## EXERCISE INPUTS

^^^^^^^^

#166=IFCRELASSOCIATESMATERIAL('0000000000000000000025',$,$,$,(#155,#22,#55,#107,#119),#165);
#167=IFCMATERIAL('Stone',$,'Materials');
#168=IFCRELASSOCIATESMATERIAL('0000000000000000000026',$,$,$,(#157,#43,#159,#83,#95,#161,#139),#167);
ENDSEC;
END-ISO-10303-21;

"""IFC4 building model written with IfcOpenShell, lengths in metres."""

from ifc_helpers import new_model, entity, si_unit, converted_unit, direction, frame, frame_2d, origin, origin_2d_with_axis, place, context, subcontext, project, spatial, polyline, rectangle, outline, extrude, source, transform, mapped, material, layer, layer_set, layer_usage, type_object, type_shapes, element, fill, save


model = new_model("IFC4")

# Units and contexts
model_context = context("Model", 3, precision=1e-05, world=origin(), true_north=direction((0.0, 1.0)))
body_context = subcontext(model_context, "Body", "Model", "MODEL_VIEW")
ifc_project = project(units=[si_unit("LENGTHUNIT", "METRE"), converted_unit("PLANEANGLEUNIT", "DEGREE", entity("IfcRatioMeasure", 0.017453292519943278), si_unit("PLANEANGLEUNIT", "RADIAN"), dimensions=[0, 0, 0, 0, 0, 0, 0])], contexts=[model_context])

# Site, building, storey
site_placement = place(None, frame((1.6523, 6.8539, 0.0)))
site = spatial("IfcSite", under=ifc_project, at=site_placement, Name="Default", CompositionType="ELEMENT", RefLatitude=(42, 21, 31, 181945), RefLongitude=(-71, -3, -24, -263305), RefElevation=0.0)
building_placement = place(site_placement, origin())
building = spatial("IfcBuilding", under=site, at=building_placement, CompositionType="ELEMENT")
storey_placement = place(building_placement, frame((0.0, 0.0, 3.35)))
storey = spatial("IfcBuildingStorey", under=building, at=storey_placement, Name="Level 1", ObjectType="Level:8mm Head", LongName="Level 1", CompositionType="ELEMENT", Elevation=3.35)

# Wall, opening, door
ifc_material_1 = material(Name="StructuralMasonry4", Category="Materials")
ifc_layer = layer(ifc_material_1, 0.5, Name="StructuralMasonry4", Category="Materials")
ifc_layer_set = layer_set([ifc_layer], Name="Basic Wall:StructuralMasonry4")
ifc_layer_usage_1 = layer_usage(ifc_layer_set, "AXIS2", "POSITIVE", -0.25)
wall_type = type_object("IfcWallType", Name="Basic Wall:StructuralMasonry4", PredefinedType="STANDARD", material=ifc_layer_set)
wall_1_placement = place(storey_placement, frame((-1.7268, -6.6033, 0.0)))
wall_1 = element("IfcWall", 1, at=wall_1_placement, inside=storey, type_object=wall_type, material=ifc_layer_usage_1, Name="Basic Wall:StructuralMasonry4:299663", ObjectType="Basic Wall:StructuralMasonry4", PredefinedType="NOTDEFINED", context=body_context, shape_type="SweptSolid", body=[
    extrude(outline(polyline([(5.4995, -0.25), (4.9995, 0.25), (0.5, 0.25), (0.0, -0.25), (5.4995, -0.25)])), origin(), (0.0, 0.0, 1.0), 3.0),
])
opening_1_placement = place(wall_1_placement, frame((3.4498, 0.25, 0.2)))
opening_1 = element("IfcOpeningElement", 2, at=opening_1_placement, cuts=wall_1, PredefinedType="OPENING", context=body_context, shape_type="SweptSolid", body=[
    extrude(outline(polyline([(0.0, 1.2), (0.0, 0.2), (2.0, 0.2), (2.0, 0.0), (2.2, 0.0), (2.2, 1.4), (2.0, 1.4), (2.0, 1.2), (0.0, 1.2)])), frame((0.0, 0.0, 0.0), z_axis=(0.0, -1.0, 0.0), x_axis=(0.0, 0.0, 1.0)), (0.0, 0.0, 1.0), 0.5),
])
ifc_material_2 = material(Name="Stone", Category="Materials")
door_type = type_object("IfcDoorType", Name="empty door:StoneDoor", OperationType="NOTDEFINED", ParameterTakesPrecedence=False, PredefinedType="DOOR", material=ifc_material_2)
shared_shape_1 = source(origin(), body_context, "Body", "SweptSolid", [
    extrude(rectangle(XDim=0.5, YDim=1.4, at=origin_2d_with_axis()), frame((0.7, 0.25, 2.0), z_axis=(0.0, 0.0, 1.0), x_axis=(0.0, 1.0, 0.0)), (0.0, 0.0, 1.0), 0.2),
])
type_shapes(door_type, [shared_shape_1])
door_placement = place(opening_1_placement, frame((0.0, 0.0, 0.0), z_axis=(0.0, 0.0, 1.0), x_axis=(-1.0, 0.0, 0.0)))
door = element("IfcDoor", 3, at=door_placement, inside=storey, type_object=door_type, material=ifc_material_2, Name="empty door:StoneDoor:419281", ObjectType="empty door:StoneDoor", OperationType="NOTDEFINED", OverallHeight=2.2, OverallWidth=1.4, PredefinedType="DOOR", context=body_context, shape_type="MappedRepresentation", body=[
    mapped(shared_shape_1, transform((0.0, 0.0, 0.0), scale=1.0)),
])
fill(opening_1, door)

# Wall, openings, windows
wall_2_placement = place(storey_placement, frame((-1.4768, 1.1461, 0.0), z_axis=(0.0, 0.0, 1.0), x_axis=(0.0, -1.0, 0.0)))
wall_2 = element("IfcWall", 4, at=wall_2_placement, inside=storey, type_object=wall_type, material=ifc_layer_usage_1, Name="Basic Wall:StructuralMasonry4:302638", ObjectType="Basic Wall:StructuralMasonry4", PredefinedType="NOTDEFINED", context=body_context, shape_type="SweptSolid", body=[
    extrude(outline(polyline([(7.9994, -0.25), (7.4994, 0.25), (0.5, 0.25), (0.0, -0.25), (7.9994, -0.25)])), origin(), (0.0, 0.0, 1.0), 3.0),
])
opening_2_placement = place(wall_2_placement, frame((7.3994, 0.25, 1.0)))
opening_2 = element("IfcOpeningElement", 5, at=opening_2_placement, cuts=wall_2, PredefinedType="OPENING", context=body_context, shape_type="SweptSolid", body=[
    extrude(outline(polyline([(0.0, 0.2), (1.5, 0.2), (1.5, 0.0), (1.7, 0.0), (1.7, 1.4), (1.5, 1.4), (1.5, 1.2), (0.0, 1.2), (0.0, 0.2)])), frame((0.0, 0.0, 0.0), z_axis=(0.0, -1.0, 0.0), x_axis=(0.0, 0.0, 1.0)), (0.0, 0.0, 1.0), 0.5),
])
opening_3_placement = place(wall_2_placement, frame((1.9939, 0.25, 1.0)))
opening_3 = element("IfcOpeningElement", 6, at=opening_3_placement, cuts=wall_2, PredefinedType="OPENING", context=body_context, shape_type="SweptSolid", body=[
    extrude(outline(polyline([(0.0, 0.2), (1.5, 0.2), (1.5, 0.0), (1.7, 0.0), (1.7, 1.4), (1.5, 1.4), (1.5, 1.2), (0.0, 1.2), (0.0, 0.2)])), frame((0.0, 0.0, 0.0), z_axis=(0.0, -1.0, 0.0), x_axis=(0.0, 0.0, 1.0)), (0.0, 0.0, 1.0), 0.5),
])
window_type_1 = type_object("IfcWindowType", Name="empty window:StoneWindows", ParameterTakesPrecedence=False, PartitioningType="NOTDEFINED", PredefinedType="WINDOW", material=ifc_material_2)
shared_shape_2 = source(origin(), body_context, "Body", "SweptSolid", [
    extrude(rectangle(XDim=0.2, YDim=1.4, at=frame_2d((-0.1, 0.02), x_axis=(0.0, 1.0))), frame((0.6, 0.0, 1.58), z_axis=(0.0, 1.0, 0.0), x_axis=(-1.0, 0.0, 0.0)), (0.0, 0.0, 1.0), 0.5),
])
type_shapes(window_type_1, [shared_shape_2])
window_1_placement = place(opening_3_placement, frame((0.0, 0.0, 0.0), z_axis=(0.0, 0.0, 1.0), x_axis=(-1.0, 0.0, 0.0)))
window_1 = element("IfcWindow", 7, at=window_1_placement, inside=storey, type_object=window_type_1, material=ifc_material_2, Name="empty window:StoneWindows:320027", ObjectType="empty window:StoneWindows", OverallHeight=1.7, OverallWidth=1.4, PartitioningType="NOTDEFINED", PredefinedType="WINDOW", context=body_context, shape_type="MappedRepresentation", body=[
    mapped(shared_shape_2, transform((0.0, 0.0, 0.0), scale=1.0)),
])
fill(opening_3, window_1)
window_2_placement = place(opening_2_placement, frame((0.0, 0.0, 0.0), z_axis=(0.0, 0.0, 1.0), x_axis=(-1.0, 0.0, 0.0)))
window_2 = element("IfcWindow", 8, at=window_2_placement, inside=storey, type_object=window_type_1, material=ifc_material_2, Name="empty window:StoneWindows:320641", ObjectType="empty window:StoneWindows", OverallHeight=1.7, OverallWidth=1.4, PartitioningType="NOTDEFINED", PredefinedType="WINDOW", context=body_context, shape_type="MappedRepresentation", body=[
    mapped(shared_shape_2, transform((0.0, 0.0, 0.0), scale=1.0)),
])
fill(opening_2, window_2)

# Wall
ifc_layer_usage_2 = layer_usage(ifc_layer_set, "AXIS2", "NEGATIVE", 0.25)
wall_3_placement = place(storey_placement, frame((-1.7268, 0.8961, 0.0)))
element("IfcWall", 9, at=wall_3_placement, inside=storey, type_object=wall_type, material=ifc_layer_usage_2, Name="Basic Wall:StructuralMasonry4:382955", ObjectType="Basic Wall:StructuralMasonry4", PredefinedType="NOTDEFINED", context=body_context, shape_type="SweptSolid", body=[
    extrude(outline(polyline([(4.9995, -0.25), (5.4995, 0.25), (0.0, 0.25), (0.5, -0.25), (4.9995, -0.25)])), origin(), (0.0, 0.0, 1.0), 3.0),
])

^^^^^^^^

## WHAT TO DO
Repeat, exactly and only, the lines from the beginning of the material through the line that contains "building model written".

## ANSWER SPACE
#166=IFCRELASSOCIATESMATERIAL('0000000000000000000025',$,$,$,(#155,#22,#55,#107,#119),#165);
#167=IFCMATERIAL('Stone',$,'Materials');
#168=IFCRELASSOCIATESMATERIAL('0000000000000000000026',$,$,$,(#157,#43,#159,#83,#95,#161,#139),#167);
ENDSEC;
END-ISO-10303-21;

"""IFC4 building model written with IfcOpenShell, lengths in metres."""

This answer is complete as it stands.